_Exercise details_.
When the line containing "#36=IFCINDEXEDPOLYGONALFACE((3,4,8,7,12,11));" is found in the data below, copy it and each line after it through the line containing "#39=IFCINDEXEDPOLYGONALFACE((9,11,12,10));", exactly and with no others.

_Given information_.
------------------------------------------------
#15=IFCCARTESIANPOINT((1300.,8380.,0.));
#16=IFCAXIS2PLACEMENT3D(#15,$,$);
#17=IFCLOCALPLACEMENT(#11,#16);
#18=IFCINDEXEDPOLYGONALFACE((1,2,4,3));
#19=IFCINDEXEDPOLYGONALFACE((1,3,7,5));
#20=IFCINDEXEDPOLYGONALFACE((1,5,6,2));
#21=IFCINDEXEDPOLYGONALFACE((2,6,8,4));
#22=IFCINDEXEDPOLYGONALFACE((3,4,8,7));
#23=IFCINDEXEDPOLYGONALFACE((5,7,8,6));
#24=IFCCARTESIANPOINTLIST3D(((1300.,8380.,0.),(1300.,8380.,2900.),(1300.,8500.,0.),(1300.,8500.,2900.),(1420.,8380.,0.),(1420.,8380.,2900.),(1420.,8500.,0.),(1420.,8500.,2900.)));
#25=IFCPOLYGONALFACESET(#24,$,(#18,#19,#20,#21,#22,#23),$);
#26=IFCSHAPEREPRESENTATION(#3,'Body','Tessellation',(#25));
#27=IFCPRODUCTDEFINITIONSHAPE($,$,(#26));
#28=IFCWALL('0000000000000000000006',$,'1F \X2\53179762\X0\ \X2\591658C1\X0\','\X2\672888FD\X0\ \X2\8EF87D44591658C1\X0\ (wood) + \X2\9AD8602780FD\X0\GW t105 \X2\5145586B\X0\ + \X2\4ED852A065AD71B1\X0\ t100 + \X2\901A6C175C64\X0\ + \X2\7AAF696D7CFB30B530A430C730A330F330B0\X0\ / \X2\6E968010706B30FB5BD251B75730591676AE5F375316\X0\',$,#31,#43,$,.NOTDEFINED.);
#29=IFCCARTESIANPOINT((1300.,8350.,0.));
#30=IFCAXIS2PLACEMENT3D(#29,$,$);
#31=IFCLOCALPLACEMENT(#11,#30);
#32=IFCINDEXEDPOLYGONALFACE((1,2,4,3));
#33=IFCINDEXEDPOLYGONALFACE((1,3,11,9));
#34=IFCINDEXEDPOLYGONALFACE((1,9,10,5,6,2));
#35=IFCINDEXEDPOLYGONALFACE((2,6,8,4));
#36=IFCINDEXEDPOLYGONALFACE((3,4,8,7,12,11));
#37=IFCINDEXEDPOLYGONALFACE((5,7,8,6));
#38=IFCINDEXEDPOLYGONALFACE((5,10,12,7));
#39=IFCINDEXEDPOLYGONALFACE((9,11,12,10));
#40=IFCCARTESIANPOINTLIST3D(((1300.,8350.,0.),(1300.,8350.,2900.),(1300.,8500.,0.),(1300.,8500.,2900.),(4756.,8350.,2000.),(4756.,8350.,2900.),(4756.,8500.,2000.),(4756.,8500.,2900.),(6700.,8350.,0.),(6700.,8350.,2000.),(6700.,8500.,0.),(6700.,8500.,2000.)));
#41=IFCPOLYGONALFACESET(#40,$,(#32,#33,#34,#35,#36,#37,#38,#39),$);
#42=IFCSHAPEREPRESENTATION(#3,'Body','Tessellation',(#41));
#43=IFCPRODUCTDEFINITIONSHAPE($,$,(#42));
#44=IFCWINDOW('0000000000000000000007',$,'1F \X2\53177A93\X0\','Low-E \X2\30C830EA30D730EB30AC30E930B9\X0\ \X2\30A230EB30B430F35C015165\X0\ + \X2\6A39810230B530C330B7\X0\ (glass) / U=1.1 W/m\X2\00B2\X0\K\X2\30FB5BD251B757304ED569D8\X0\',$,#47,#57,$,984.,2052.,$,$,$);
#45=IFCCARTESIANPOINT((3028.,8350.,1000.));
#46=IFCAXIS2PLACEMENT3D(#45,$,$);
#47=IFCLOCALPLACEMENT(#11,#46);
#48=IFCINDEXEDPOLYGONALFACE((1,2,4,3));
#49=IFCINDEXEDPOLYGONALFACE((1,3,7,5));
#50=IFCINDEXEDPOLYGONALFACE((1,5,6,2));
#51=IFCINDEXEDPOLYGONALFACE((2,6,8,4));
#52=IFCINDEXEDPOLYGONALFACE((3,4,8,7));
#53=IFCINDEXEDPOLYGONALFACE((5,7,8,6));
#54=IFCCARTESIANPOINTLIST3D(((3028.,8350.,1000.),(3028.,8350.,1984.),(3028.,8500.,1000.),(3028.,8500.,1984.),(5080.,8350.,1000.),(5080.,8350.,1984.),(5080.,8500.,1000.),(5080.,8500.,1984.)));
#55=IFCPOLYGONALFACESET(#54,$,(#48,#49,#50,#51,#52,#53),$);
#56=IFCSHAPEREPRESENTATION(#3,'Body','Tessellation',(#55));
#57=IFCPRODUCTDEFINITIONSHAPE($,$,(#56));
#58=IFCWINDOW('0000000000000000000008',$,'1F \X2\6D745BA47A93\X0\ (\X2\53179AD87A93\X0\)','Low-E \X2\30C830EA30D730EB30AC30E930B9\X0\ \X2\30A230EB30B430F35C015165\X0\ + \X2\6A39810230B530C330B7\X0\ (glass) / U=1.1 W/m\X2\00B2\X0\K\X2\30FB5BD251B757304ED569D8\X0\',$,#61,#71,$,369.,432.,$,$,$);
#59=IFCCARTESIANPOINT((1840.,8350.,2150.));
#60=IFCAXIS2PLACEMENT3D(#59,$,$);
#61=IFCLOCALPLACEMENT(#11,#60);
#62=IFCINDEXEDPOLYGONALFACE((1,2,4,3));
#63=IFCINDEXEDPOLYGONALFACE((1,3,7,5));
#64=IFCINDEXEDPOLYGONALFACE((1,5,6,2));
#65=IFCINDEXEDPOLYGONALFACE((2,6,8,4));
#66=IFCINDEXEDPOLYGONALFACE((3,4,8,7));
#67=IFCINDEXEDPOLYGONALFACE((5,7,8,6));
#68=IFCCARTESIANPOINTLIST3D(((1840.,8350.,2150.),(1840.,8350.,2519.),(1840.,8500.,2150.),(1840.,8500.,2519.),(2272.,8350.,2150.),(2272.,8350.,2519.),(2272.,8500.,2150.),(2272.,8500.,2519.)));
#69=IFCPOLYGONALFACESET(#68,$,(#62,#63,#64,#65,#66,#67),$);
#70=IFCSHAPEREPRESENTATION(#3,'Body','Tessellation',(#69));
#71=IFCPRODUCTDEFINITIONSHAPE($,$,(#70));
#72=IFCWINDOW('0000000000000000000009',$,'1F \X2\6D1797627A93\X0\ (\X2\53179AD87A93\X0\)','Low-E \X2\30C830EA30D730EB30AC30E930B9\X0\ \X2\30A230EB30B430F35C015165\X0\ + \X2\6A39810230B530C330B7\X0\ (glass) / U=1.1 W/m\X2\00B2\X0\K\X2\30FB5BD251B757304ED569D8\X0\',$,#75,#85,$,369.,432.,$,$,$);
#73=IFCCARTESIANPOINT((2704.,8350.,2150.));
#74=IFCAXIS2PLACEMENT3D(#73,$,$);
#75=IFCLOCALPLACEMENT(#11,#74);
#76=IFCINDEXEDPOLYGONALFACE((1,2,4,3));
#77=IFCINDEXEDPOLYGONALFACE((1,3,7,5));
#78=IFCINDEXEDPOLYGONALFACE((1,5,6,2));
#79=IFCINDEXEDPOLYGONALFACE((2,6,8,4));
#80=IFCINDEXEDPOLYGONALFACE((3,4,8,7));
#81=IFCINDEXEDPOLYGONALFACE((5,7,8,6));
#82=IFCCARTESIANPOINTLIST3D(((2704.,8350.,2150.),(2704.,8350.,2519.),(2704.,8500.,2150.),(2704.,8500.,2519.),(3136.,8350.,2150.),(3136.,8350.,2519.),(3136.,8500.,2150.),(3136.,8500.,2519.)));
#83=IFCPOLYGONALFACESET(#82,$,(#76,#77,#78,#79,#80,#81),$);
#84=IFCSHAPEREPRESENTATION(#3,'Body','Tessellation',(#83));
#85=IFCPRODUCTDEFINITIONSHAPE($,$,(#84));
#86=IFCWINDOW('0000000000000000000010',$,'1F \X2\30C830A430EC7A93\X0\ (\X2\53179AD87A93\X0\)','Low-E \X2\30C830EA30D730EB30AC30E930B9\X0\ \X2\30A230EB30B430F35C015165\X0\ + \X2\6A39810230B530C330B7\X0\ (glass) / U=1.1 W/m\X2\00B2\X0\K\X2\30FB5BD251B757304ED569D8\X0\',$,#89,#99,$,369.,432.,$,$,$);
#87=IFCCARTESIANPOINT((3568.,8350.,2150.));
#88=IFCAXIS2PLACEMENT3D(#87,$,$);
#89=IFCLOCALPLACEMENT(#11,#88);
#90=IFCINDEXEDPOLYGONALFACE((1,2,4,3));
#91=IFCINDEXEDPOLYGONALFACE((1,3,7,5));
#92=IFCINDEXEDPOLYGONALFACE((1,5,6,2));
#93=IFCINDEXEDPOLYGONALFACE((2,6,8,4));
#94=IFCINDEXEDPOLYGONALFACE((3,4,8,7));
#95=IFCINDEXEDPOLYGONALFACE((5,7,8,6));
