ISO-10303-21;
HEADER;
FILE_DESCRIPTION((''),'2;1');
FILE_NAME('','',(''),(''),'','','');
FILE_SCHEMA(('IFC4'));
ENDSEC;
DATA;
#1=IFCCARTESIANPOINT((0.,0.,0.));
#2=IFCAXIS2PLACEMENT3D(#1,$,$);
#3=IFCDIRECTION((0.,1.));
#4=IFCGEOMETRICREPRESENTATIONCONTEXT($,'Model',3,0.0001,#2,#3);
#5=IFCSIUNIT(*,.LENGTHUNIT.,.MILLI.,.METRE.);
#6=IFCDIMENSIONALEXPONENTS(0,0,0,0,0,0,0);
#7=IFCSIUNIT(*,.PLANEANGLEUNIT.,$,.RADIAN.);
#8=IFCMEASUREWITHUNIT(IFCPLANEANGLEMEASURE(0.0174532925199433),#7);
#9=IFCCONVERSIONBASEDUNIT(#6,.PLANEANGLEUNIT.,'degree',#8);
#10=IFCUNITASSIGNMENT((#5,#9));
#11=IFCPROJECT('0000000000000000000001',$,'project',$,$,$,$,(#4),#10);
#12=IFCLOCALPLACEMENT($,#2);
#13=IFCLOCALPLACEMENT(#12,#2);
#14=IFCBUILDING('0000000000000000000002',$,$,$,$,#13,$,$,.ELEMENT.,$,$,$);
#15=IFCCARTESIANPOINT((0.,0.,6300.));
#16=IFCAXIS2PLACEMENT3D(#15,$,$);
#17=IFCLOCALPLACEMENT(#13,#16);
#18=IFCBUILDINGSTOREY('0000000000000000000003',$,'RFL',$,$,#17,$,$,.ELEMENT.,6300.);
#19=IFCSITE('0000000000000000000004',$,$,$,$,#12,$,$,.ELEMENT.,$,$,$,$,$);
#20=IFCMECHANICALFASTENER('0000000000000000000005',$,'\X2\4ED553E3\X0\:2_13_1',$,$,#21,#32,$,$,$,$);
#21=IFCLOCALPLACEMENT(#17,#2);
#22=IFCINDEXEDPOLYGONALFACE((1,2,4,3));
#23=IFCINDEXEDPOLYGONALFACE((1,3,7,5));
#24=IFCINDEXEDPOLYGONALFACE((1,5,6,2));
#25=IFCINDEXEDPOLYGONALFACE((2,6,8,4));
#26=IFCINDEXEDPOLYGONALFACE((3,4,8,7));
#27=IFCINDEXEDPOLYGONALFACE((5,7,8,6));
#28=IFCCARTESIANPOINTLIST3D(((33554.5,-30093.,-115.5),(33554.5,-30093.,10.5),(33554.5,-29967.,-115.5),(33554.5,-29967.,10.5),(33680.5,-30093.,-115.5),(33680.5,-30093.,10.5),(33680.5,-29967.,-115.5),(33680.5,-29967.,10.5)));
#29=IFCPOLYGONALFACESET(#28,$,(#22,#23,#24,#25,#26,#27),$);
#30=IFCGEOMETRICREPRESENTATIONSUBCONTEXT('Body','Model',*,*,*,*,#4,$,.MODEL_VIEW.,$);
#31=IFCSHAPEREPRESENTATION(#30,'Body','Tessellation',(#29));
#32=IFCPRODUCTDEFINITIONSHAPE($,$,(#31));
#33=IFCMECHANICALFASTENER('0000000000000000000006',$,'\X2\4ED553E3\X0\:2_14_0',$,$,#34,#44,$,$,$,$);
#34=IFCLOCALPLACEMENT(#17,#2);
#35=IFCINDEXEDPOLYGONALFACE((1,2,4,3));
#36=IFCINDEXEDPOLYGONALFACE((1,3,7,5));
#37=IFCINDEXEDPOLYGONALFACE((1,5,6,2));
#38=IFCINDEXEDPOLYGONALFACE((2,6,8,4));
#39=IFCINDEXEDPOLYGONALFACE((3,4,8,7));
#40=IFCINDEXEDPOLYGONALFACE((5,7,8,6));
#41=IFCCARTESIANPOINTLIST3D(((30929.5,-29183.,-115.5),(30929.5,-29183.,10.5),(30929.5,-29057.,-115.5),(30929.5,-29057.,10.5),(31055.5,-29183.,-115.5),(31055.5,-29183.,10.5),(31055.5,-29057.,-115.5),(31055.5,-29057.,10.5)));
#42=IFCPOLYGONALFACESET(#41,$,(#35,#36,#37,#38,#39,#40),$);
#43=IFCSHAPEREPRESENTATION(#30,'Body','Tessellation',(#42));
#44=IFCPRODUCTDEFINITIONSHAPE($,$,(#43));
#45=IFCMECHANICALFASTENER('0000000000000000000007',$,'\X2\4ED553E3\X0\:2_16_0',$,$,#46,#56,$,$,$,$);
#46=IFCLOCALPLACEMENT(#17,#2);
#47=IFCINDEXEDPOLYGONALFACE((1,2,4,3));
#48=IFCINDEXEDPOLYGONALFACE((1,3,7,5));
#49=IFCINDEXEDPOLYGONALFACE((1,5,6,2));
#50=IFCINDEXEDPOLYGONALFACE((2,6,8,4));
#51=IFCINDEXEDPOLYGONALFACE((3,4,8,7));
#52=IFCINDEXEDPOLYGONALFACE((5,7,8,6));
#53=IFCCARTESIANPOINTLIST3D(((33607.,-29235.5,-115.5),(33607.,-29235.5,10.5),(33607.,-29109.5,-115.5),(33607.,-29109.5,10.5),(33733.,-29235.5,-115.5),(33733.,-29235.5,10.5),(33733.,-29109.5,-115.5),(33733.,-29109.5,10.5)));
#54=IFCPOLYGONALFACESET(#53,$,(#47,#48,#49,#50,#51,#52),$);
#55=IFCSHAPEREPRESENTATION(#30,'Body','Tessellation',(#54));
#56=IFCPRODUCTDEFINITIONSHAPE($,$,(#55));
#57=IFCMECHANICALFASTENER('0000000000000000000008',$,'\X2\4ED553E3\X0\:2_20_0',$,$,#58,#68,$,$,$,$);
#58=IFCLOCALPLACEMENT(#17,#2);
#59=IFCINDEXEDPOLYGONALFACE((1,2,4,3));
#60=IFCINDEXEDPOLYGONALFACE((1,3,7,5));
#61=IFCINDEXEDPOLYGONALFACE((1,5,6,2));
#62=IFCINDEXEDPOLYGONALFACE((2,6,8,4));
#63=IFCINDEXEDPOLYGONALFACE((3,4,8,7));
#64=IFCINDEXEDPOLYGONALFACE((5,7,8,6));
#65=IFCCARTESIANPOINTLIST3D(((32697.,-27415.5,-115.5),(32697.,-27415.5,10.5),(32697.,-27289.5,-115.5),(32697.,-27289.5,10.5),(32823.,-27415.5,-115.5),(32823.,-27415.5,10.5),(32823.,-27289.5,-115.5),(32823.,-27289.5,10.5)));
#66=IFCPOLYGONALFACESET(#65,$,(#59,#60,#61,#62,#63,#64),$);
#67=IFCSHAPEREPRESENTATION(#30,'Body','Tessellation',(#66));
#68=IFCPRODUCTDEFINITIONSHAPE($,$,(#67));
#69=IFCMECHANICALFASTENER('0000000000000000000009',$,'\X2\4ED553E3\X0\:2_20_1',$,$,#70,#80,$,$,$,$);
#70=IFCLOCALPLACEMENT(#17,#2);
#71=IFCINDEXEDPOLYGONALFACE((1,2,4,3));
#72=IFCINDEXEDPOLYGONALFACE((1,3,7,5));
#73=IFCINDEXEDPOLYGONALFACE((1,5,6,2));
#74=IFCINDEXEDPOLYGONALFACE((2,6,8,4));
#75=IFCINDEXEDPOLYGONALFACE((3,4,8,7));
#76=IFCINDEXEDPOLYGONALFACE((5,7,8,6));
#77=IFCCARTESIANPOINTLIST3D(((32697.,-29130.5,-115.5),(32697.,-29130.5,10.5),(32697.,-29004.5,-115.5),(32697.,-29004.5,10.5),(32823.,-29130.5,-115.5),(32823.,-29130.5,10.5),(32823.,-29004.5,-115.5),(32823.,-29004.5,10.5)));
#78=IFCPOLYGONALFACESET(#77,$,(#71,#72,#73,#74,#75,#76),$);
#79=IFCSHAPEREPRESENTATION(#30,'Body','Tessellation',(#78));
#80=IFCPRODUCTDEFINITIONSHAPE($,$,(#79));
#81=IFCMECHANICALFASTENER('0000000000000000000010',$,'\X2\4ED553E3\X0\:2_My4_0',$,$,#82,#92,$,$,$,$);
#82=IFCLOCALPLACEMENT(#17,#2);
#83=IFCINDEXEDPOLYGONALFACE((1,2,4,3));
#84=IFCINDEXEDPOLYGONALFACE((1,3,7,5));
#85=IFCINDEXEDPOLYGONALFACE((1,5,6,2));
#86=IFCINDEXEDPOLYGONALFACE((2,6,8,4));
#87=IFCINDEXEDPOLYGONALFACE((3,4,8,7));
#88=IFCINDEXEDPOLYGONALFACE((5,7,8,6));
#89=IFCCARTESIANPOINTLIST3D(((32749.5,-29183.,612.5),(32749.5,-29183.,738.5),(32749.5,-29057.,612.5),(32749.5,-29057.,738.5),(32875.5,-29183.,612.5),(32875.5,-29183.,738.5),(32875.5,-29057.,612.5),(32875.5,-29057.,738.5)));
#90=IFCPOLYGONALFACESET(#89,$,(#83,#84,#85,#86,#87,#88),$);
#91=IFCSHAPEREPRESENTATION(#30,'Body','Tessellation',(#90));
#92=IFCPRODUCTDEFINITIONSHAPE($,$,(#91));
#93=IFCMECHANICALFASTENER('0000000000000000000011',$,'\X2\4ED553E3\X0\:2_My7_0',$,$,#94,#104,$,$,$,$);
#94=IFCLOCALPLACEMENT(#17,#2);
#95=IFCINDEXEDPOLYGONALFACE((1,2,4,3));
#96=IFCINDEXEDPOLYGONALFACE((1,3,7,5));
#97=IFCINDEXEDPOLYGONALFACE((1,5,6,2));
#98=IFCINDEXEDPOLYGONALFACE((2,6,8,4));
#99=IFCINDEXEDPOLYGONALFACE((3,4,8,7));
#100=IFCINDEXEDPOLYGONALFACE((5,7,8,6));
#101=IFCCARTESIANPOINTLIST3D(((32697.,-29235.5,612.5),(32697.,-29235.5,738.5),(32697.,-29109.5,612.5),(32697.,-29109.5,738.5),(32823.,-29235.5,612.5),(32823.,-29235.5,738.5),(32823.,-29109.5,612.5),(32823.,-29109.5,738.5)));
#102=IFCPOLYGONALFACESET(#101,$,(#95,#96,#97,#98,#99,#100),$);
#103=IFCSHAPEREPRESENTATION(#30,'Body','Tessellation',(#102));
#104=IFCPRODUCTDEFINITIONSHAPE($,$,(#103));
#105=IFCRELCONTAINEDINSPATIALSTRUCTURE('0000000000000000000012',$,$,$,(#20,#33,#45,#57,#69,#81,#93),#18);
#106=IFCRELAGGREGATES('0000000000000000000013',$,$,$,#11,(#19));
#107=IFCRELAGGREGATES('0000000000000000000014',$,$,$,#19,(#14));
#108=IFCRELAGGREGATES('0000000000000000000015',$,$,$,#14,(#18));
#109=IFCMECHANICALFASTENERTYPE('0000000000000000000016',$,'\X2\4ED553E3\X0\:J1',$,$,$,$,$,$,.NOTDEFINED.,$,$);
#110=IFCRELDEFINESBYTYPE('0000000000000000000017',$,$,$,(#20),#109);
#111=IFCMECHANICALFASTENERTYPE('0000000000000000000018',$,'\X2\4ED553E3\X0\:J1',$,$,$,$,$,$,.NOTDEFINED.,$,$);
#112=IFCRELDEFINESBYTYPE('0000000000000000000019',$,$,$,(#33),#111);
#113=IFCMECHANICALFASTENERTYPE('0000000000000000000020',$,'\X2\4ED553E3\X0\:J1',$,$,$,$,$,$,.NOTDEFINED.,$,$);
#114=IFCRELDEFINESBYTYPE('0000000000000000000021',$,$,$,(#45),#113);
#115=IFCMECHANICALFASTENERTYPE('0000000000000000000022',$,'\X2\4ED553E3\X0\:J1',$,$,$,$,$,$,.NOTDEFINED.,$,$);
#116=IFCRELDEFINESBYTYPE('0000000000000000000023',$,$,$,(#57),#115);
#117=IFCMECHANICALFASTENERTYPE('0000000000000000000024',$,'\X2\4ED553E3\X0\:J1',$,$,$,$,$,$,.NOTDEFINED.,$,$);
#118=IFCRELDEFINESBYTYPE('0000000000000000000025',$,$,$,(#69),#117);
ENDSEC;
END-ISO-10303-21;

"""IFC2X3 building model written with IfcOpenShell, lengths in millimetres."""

from ifc_helpers import new_model, entity, si_unit, converted_unit, direction, frame, origin, origin_with_axes, origin_2d, place, context, subcontext, project, spatial, rectangle, extrude, type_object, element, save


model = new_model("IFC2X3")

# Units and contexts
model_context = context("Model", 3, precision=0.0001, world=origin(), true_north=direction((0.0, 1.0)))
body_context = subcontext(model_context, "Body", "Model", "MODEL_VIEW")
ifc_project = project(units=[si_unit("LENGTHUNIT", "METRE", prefix="MILLI"), converted_unit("PLANEANGLEUNIT", "degree", entity("IfcPlaneAngleMeasure", 0.0174532925199433), si_unit("PLANEANGLEUNIT", "RADIAN"), dimensions=[0, 0, 0, 0, 0, 0, 0])], contexts=[model_context])

# Site, building, storey
site_placement = place(None, origin())
site = spatial("IfcSite", under=ifc_project, at=site_placement, CompositionType="ELEMENT")
building_placement = place(site_placement, origin())
building = spatial("IfcBuilding", under=site, at=building_placement, CompositionType="ELEMENT")
storey_placement = place(building_placement, frame((0.0, 0.0, 6300.0)))
storey = spatial("IfcBuildingStorey", under=building, at=storey_placement, Name="RFL", CompositionType="ELEMENT", Elevation=6300.0)

# Mechanical fasteners
mechanical_fastener_type_1 = type_object("IfcMechanicalFastenerType", Name="仕口:J1")
mechanical_fastener_1_placement = place(storey_placement, frame((33617.5, -30030.0, -115.5)))
element("IfcMechanicalFastener", 1, at=mechanical_fastener_1_placement, inside=storey, type_object=mechanical_fastener_type_1, Name="仕口:2_13_1", context=body_context, shape_type="SweptSolid", body=[
    extrude(rectangle(XDim=126.0, YDim=126.0, at=origin_2d()), origin_with_axes(), (0.0, 0.0, 1.0), 126.0),
])
mechanical_fastener_type_2 = type_object("IfcMechanicalFastenerType", Name="仕口:J1")
mechanical_fastener_2_placement = place(storey_placement, frame((30992.5, -29120.0, -115.5)))
element("IfcMechanicalFastener", 2, at=mechanical_fastener_2_placement, inside=storey, type_object=mechanical_fastener_type_2, Name="仕口:2_14_0", context=body_context, shape_type="SweptSolid", body=[
    extrude(rectangle(XDim=126.0, YDim=126.0, at=origin_2d()), origin_with_axes(), (0.0, 0.0, 1.0), 126.0),
])
mechanical_fastener_type_3 = type_object("IfcMechanicalFastenerType", Name="仕口:J1")
mechanical_fastener_3_placement = place(storey_placement, frame((33670.0, -29172.5, -115.5)))
element("IfcMechanicalFastener", 3, at=mechanical_fastener_3_placement, inside=storey, type_object=mechanical_fastener_type_3, Name="仕口:2_16_0", context=body_context, shape_type="SweptSolid", body=[
    extrude(rectangle(XDim=126.0, YDim=126.0, at=origin_2d()), origin_with_axes(), (0.0, 0.0, 1.0), 126.0),
])
mechanical_fastener_type_4 = type_object("IfcMechanicalFastenerType", Name="仕口:J1")
mechanical_fastener_4_placement = place(storey_placement, frame((32760.0, -27352.5, -115.5)))
element("IfcMechanicalFastener", 4, at=mechanical_fastener_4_placement, inside=storey, type_object=mechanical_fastener_type_4, Name="仕口:2_20_0", context=body_context, shape_type="SweptSolid", body=[
    extrude(rectangle(XDim=126.0, YDim=126.0, at=origin_2d()), origin_with_axes(), (0.0, 0.0, 1.0), 126.0),
])
mechanical_fastener_type_5 = type_object("IfcMechanicalFastenerType", Name="仕口:J1")
mechanical_fastener_5_placement = place(storey_placement, frame((32760.0, -29067.5, -115.5)))
element("IfcMechanicalFastener", 5, at=mechanical_fastener_5_placement, inside=storey, type_object=mechanical_fastener_type_5, Name="仕口:2_20_1", context=body_context, shape_type="SweptSolid", body=[
    extrude(rectangle(XDim=126.0, YDim=126.0, at=origin_2d()), origin_with_axes(), (0.0, 0.0, 1.0), 126.0),
])
for number, where, name in (
    (6, (32812.5, -29120.0, 612.5), "仕口:2_My4_0"),
    (7, (32760.0, -29172.5, 612.5), "仕口:2_My7_0"),
):
    element("IfcMechanicalFastener", number, at=place(storey_placement, frame(where)), inside=storey, Name=name, context=body_context, shape_type="SweptSolid", body=[
        extrude(rectangle(XDim=126.0, YDim=126.0, at=origin_2d()), origin_with_axes(), (0.0, 0.0, 1.0), 126.0),
    ])

save(model, "model.ifc")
------------------------------------------------
_Result below_.
#36=IFCINDEXEDPOLYGONALFACE((3,4,8,7,12,11));
#37=IFCINDEXEDPOLYGONALFACE((5,7,8,6));
#38=IFCINDEXEDPOLYGONALFACE((5,10,12,7));
#39=IFCINDEXEDPOLYGONALFACE((9,11,12,10));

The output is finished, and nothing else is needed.